# Problem FOs - UPDATED



## Kalne (Oct 25, 2007)

I've been having trouble with one particular FO. I didn't notice it last summer but the last batch I made last year was just off. On day 2 or 3 of curing it started sweating really bad (something none of my soaps do). So I set it aside to deal with later thinking I must have messed *something* up. Fast forward to this year. I've used that soap and it seems fine. Every batch I've made this year has been wonky in one way or another. Visually, I might add. The soap itself seems fine and smell great. But I end up with weird texture or blotches here and there within the loaf. Now if it was just one batch I'd say maybe I made a mistake or didn't get things mixed up. But it has been EVERY batch of JUST this one FO. Same recipe as all my other soaps. I've got a new bottle coming and am going to see if it comes out normal. Dh said I shouldn't worry 'cause it's supposed to look homemade. But it bothers me greatly and I like consistency in the looks of my soap. So much so that I'm going to take it off my wholesale list until I get it figured out. Which is a bummer because it's a very good seller.

Oh....I will add that I have had one other FO do this to me. But I had one customer that liked it so much she kept having me make it for her, buying the whole batch each time. I have enough for one more batch and I will not buy more as it wasn't a good enough seller. But this other one is. I need to start noting when I open new FO bottles as I know what I made through the summer was good.

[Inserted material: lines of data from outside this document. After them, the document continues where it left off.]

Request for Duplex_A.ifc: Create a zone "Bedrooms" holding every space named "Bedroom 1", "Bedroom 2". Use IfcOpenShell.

First a look at what the model holds.

```python
import ifcopenshell

model = ifcopenshell.open("Duplex_A.ifc")
print(model.schema)
seen = {}
for space in model.by_type("IfcSpace"):
    seen[space.LongName] = seen.get(space.LongName, 0) + 1
for name, count in sorted(seen.items(), key=str):
    print(count, "x", name)
print("zones:", [z.Name for z in model.by_type("IfcZone")][:20])
```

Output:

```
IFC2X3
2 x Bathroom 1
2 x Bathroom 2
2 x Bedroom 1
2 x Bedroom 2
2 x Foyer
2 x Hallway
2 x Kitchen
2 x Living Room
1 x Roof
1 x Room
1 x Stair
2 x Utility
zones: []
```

```python
import ifcopenshell
import ifcopenshell.api.group
import ifcopenshell.api.root

model = ifcopenshell.open("Duplex_A.ifc")

names = {"Bedroom 1", "Bedroom 2"}
spaces = [s for s in model.by_type("IfcSpace") if s.LongName in names]

zone = ifcopenshell.api.root.create_entity(model, ifc_class="IfcZone", name="Bedrooms")
ifcopenshell.api.group.assign_group(model, products=spaces, group=zone)
print(len(spaces), "spaces in", zone.Name)

model.write("Duplex_A_edited.ifc")
```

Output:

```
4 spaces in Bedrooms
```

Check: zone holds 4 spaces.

So, what do you think? What might make a fragrance do this? What might make 1 bottle do this and not others that you have used of the same fragrance? Is there anything to be done about it?


****UPDATE****

Vicki's suggestion worked.....the bars are perfect again! Very frustrating though....will I have to test every new bottle to see if it acts this way? At least this was an FO that gives me a lot of time.


----------



## Nigilover (Oct 29, 2007)

*Re: Problem FOs*

Well, I'll be curious to see if you figure this out. Hollyberry from Brambleberry is a top holiday seller for them. Everytime I make it, oil comes to the top during the cure and leaves a rough surface after soaking back in--- this never happens for other fo'. Brambleberry was kind enough to go over my recipe and we couldn't find the problem, but they said they have had no complaints from anyone else. I even tried again with a new bottle and still had the same results. I can only conclude that some fo's don't mix with goatmilk ( I make all goatmilk soaps, no water, no gel, cp ) or the fat content from each of my goats is different....... I haven't figured it out past that. I guess you have to appreciate that most of the time things go ok so once in a while you get a stumper!


----------



## hsmomof4 (Oct 31, 2008)

*Re: Problem FOs*

Kathy #1 , what FO is it that is causing you problems?


----------



## Kalne (Oct 25, 2007)

*Re: Problem FOs*

Cucumber Melon from Nature's Garden. Oh, and the other one is their 'Lick Me All Over'. I couldn't sell a SINGLE bar until I put the real name on it. So it was the name not the scent that sold it. Geesh. And as I said, one lady bought all I had left and has had me make up the rest for her. I'm not worried about that one as I don't care to purchase it again. But the Cucumber Melon is a good seller and *I* like it. I bought a bottle from Aroma Haven and I don't care for it at all.


----------



## NubianSoaps.com (Oct 26, 2007)

*Re: Problem FOs*

I use WSP lick me all over but I have never used one in soap that was good. WSP like me all over is one of the best leave on scent sellers of all time, rivaling even Pink sugar when it first came out, mixed with Love Spell it is to die for, but doesn't soap. I use Aroma Haven's cucumber melon in the cheap section for soap and the expensive section in leave on, both are top sellers, spring and summer, with die hards who buy it year round.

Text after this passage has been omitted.